HB699 Alabama 2012 Session
Summary
- Primary Sponsor
Greg WrenRepublican- Session
- Regular Session 2012
- Title
- Alternative fuels, incentives, biodiesel, cellulosic alcohol, compressed natural gas, use of vehicles using alternative fuels promoted, Sec. 23-2-150 am'd
- Summary
HB699 would promote use of alternative-fuel vehicles in Alabama through incentives, tax credits, in-state biofuel support, and regulatory changes that favor biodiesel, cellulosic ethanol, and other alternative fuels.
What This Bill DoesIt creates incentives for acquiring vehicles powered by compressed natural gas, liquefied natural gas, propane, or electricity and for installing refueling equipment. It establishes an in-state biodiesel and cellulosic ethanol payment program run by the Center for Alternative Fuels, with quarterly payments for five years. It provides liability protection for refueling-equipment providers, toll exemptions and HOV-lane access for certain alt-fuel vehicles, and imposes no PSC rate regulation for electric vehicle charging. It also adds income tax credits for purchasing eligible vehicles and for installing refueling equipment, with caps and five-year carryforward, plus related regulations and severability provisions.
Who It Affects- In-state biodiesel and cellulosic ethanol producers, who could receive quarterly payments (up to specified quarterly amounts) and must file quarterly production reports to receive funds, with payments expiring after five years.
- Alabama residents and businesses purchasing or placing in service permitted vehicles or installing refueling/electric charging equipment, who could receive income tax credits (up to $1,500 per vehicle or $1,500 for modifications; refueling equipment credits with caps) and may gain toll exemptions, HOV-lane access, and voluntary EV charging installations. Insurance providers and toll authorities may also be affected by related provisions.
Key ProvisionsAI-generated summary using openai/gpt-5-nano on Feb 24, 2026. May contain errors — refer to the official bill text for accuracy.- New biodiesel and cellulosic ethanol payment program: quarterly payments (biodiesel: $900,000 total per quarter; cellulosic ethanol: $1,250,000 per quarter minus prior quarter) administered by the Center for Alternative Fuels; payments expire after five years.
- In-state production requirement: payments limited to Alabama-produced biodiesel and cellulosic ethanol; producers must report production and sales quarterly; payments made by last day of April, July, October, and January.
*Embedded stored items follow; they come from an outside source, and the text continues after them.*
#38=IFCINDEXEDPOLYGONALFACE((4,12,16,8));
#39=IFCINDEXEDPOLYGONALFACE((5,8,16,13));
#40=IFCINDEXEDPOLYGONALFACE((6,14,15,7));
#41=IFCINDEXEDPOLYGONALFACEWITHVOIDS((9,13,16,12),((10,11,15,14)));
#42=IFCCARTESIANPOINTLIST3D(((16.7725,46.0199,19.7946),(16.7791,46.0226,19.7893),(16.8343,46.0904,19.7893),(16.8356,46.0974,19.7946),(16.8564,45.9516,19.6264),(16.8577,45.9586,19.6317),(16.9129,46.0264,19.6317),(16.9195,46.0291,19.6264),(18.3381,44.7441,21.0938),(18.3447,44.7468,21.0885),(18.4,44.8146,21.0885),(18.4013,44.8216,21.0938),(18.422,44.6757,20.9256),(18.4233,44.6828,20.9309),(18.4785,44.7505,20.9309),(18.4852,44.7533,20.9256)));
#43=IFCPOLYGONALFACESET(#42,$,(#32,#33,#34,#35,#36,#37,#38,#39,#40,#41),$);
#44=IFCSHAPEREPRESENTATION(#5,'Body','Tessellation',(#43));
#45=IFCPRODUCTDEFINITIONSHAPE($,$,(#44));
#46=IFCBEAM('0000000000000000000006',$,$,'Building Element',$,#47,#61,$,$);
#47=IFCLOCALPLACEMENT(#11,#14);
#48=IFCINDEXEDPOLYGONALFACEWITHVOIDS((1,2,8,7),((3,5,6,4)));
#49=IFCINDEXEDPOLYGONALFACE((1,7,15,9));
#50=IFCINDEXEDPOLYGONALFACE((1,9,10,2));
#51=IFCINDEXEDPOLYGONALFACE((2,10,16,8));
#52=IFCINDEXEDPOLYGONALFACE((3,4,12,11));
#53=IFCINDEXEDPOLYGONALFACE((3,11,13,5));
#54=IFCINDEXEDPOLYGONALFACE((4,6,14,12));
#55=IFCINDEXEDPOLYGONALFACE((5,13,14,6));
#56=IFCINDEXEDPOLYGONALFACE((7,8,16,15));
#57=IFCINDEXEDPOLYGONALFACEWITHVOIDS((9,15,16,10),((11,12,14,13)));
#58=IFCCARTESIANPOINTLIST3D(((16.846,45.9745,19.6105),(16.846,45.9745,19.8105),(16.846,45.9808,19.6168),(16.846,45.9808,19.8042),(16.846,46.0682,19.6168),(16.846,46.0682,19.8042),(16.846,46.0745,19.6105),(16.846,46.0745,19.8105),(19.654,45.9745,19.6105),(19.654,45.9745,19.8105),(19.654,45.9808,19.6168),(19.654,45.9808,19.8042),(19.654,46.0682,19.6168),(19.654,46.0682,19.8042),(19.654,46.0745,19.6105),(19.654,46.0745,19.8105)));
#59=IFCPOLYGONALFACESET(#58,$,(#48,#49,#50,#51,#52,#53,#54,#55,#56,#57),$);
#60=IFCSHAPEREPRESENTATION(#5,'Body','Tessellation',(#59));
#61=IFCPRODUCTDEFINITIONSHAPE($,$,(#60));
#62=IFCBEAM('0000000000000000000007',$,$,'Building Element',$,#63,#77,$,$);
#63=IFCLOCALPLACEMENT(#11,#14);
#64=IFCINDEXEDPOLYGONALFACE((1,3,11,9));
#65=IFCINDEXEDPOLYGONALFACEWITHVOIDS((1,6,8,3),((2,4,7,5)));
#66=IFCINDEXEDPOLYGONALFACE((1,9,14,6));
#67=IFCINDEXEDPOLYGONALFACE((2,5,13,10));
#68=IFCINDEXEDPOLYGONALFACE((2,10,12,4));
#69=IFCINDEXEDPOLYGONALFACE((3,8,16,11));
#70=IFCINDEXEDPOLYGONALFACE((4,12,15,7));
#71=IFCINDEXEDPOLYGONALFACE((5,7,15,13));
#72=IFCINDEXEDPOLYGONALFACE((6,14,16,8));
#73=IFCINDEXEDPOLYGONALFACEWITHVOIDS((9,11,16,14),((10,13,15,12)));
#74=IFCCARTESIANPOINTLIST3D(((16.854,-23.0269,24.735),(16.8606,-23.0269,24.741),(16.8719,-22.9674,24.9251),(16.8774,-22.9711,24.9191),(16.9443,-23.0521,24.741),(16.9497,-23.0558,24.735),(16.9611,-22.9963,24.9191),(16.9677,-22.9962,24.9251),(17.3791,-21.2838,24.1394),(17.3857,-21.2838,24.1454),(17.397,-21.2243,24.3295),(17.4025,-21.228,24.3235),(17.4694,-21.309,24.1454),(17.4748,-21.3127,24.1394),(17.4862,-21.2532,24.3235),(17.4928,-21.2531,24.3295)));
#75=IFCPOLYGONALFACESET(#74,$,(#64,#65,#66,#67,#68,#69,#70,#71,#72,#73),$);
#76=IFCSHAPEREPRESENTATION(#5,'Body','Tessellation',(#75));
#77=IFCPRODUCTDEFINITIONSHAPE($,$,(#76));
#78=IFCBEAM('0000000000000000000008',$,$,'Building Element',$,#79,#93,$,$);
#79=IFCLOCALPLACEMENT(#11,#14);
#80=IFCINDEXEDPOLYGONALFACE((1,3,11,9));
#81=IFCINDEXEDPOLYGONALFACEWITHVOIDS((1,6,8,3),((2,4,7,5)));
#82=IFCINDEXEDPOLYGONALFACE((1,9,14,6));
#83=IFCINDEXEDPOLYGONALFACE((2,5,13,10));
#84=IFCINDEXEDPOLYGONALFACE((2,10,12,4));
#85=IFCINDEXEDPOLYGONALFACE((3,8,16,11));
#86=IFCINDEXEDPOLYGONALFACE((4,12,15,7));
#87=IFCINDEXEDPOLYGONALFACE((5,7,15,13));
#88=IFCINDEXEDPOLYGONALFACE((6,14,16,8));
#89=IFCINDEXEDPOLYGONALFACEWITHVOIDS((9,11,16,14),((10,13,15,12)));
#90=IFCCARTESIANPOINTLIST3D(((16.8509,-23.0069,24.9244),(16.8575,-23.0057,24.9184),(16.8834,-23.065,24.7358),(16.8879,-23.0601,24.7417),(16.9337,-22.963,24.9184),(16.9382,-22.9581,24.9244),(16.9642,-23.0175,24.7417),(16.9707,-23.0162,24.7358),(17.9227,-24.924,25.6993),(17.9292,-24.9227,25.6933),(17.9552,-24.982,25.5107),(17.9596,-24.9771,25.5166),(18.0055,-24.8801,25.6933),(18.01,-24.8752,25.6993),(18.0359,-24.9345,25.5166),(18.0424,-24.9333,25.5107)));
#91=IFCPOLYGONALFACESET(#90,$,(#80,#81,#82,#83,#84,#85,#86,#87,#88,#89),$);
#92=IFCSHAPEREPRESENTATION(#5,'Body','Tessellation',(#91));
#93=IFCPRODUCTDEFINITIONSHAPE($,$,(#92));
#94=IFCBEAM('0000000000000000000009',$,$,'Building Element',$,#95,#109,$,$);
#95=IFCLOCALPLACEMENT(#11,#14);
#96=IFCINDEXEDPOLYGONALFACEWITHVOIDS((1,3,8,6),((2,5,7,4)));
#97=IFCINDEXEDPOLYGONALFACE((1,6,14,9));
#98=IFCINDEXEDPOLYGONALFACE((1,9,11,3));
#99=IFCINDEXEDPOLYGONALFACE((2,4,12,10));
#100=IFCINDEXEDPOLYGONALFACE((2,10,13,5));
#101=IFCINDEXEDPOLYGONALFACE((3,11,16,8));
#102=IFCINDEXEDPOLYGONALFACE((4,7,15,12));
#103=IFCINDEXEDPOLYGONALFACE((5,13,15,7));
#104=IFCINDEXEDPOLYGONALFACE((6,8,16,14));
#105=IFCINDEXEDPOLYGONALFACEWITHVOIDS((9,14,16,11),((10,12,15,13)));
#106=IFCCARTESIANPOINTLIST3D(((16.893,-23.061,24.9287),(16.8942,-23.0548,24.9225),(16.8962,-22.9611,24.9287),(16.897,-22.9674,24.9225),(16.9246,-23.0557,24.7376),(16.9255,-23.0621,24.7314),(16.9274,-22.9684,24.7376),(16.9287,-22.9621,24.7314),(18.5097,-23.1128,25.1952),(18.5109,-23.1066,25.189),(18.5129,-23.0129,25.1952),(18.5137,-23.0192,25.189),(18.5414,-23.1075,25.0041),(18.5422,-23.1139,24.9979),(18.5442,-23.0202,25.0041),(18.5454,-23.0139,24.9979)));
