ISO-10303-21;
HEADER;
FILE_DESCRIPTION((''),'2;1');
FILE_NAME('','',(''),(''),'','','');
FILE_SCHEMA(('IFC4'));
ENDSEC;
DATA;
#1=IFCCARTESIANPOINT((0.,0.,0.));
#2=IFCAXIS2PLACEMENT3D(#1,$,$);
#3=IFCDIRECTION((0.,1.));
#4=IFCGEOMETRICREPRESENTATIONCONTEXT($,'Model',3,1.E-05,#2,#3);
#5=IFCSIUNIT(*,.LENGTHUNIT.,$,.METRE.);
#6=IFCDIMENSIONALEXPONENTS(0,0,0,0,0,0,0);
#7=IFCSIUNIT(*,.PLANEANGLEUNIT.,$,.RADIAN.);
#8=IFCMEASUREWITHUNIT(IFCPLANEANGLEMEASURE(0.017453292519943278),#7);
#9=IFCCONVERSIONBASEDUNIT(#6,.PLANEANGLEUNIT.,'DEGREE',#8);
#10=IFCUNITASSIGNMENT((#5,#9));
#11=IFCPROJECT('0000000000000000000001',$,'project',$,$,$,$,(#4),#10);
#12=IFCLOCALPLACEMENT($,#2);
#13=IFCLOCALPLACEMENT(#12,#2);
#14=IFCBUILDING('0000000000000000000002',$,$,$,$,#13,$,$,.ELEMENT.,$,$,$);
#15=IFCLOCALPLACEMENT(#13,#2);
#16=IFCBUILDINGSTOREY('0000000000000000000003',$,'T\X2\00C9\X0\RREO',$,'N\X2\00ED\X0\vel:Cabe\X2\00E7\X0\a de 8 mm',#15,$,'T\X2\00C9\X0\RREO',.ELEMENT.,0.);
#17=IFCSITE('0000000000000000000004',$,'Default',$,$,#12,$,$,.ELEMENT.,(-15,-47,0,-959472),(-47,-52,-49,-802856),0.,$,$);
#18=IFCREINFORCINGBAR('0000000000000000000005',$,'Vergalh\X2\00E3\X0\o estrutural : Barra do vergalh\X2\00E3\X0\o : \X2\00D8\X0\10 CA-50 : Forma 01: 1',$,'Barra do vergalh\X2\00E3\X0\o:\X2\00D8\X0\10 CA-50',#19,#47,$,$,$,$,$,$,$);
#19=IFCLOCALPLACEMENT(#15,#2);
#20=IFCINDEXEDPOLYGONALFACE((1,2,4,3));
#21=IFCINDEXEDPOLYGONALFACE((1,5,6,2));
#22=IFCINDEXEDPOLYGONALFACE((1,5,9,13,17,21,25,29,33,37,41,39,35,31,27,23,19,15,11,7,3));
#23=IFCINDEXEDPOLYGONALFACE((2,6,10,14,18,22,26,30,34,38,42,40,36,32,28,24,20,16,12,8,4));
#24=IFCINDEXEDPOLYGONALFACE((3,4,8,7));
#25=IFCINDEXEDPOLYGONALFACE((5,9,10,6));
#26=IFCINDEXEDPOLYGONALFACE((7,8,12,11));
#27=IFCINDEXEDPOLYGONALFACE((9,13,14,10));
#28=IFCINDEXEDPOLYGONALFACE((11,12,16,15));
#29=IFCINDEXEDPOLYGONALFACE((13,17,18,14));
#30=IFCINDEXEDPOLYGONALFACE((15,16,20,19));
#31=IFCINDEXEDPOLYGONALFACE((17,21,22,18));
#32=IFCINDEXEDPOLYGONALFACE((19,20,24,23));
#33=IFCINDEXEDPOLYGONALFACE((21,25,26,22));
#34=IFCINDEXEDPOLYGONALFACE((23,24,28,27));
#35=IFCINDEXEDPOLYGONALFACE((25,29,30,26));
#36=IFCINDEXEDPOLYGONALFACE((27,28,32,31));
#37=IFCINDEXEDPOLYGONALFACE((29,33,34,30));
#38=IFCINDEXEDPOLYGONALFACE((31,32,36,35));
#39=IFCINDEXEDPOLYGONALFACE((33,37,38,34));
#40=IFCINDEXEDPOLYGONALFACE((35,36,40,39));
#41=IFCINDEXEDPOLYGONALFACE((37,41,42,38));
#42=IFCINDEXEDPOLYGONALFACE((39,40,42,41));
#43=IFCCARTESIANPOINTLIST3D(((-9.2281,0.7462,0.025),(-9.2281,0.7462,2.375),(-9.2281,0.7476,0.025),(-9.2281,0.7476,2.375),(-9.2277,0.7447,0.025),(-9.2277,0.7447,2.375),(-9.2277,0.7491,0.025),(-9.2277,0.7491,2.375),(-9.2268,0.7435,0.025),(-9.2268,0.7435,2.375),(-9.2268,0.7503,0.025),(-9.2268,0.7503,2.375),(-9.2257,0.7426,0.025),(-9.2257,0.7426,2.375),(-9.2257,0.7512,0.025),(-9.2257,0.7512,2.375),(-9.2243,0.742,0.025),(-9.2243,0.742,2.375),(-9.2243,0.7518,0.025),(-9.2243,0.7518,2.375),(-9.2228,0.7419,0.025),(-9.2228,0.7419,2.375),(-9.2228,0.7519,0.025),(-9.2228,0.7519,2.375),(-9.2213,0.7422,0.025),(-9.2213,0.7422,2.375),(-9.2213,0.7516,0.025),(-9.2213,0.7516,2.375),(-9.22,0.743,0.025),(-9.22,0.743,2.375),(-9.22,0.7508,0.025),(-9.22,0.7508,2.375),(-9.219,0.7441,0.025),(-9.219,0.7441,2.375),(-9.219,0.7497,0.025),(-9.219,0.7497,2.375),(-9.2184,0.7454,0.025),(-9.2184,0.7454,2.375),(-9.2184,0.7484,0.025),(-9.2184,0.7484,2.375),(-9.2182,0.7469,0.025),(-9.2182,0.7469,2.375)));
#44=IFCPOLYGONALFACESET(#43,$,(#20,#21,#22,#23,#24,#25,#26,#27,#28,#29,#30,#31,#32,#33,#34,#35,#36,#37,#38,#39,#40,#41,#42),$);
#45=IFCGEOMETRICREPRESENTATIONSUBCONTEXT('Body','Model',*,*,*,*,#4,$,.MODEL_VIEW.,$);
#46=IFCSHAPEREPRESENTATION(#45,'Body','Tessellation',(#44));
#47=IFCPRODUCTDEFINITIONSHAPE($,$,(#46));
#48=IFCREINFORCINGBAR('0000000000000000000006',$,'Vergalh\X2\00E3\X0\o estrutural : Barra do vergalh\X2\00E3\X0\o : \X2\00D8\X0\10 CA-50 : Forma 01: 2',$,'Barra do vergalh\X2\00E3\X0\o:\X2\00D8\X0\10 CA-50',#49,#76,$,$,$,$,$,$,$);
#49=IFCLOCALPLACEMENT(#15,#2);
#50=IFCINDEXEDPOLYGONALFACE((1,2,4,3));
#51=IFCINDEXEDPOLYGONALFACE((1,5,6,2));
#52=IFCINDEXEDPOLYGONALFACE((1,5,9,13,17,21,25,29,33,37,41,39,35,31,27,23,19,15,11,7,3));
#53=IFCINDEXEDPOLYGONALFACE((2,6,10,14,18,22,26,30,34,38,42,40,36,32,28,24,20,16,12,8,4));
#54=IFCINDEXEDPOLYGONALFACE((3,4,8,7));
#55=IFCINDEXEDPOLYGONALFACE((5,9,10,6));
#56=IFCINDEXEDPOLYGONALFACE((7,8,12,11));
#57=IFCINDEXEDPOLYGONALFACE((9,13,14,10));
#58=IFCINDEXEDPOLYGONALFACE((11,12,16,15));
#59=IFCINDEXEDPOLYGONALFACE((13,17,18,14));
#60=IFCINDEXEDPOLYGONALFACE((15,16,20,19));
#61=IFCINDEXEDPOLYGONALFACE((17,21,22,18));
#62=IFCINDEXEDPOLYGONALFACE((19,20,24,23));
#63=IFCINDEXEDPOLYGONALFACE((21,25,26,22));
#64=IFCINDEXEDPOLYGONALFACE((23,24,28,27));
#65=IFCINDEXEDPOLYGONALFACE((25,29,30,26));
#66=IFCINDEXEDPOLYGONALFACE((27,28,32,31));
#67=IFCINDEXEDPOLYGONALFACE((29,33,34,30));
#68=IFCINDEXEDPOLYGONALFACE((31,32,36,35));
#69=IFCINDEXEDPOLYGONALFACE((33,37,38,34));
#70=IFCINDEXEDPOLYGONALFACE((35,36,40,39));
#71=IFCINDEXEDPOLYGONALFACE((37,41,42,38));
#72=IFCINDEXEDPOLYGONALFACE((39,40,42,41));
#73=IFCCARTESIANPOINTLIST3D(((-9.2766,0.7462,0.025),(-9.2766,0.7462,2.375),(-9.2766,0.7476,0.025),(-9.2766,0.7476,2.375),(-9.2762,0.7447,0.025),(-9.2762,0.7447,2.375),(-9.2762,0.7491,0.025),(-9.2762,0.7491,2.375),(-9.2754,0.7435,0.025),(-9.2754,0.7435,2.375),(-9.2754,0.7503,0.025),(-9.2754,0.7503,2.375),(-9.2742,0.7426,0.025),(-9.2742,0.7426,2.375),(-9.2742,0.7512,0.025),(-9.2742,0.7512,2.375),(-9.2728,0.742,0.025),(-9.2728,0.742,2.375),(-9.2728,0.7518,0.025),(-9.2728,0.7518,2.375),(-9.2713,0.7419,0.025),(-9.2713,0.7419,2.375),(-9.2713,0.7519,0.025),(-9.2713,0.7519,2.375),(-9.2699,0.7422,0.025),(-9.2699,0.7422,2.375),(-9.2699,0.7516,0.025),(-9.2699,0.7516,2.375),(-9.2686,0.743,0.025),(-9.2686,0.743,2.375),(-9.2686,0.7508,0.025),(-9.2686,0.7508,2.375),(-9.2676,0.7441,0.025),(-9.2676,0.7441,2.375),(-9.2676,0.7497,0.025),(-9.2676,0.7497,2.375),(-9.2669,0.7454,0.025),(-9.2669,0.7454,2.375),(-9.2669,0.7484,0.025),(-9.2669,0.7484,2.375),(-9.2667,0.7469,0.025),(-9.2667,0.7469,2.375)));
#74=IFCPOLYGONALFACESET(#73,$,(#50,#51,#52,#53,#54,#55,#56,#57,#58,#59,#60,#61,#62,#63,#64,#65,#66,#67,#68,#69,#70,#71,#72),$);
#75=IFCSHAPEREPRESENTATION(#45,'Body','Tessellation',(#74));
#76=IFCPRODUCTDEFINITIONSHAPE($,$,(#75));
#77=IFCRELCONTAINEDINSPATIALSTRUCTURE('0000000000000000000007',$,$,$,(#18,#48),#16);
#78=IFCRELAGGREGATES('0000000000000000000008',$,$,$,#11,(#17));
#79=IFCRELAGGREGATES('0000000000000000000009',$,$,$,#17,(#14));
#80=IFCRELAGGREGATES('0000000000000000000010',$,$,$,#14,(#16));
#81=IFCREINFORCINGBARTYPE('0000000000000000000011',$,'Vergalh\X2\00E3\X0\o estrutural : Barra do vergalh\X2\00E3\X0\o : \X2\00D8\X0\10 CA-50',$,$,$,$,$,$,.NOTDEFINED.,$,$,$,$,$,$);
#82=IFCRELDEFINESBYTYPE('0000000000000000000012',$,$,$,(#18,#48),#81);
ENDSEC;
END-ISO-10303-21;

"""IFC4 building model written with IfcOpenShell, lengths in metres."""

from ifc_helpers import new_model, entity, si_unit, converted_unit, direction, origin, place, context, subcontext, project, spatial, type_object, element, save


model = new_model("IFC4")

# Units and contexts
model_context = context("Model", 3, precision=1e-05, world=origin(), true_north=direction((0.0, 1.0)))
body_context = subcontext(model_context, "Body", "Model", "MODEL_VIEW")
ifc_project = project(units=[si_unit("LENGTHUNIT", "METRE"), converted_unit("PLANEANGLEUNIT", "DEGREE", entity("IfcPlaneAngleMeasure", 0.017453292519943278), si_unit("PLANEANGLEUNIT", "RADIAN"), dimensions=[0, 0, 0, 0, 0, 0, 0])], contexts=[model_context])

# Site, building, storey
site_placement = place(None, origin())
site = spatial("IfcSite", under=ifc_project, at=site_placement, Name="Default", CompositionType="ELEMENT", RefLatitude=(-15, -47, 0, -959472), RefLongitude=(-47, -52, -49, -802856), RefElevation=0.0)
building_placement = place(site_placement, origin())
building = spatial("IfcBuilding", under=site, at=building_placement, CompositionType="ELEMENT")
storey_placement = place(building_placement, origin())
storey = spatial("IfcBuildingStorey", under=building, at=storey_placement, Name="TÉRREO", ObjectType="Nível:Cabeça de 8 mm", LongName="TÉRREO", CompositionType="ELEMENT", Elevation=0.0)

# Reinforcing bars
reinforcing_bar_type_1 = type_object("IfcReinforcingBarType", Name="Vergalhão estrutural : Barra do vergalhão : Ø10 CA-50", PredefinedType="NOTDEFINED")
reinforcing_bar_1_placement = place(storey_placement, origin())
element("IfcReinforcingBar", 1, at=reinforcing_bar_1_placement, inside=storey, type_object=reinforcing_bar_type_1, Name="Vergalhão estrutural : Barra do vergalhão : Ø10 CA-50 : Forma 01: 1", ObjectType="Barra do vergalhão:Ø10 CA-50", context=body_context, shape_type="AdvancedSweptSolid", body=[
    entity("IfcSweptDiskSolid", entity("IfcIndexedPolyCurve", entity("IfcCartesianPointList3D", [[-9.2232, 0.7469, 0.025], [-9.2232, 0.7469, 2.375]]), None, False), 0.005, None, 0.0, 1.0),
])
reinforcing_bar_2_placement = place(storey_placement, origin())
element("IfcReinforcingBar", 2, at=reinforcing_bar_2_placement, inside=storey, type_object=reinforcing_bar_type_1, Name="Vergalhão estrutural : Barra do vergalhão : Ø10 CA-50 : Forma 01: 2", ObjectType="Barra do vergalhão:Ø10 CA-50", context=body_context, shape_type="AdvancedSweptSolid", body=[
    entity("IfcSweptDiskSolid", entity("IfcIndexedPolyCurve", entity("IfcCartesianPointList3D", [[-9.2717, 0.7469, 0.025], [-9.2717, 0.7469, 2.375]]), None, False), 0.005, None, 0.0, 1.0),
])

save(model, "model.ifc")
- Liability protection for refueling equipment providers: providers are not liable civilly or criminally for acts related to installed equipment if it complies with applicable building codes.
- Toll road exemptions: certain alternative-fuel vehicles are exempt from tolls on Alabama Toll Road, Bridge, and Tunnel Authority facilities; the bill allows designated alt-fuel vehicles to use toll roads without paying tolls under defined conditions.
- Insurance surcharge ban: insurance companies are prohibited from imposing surcharges on certain alternative-fuel vehicles.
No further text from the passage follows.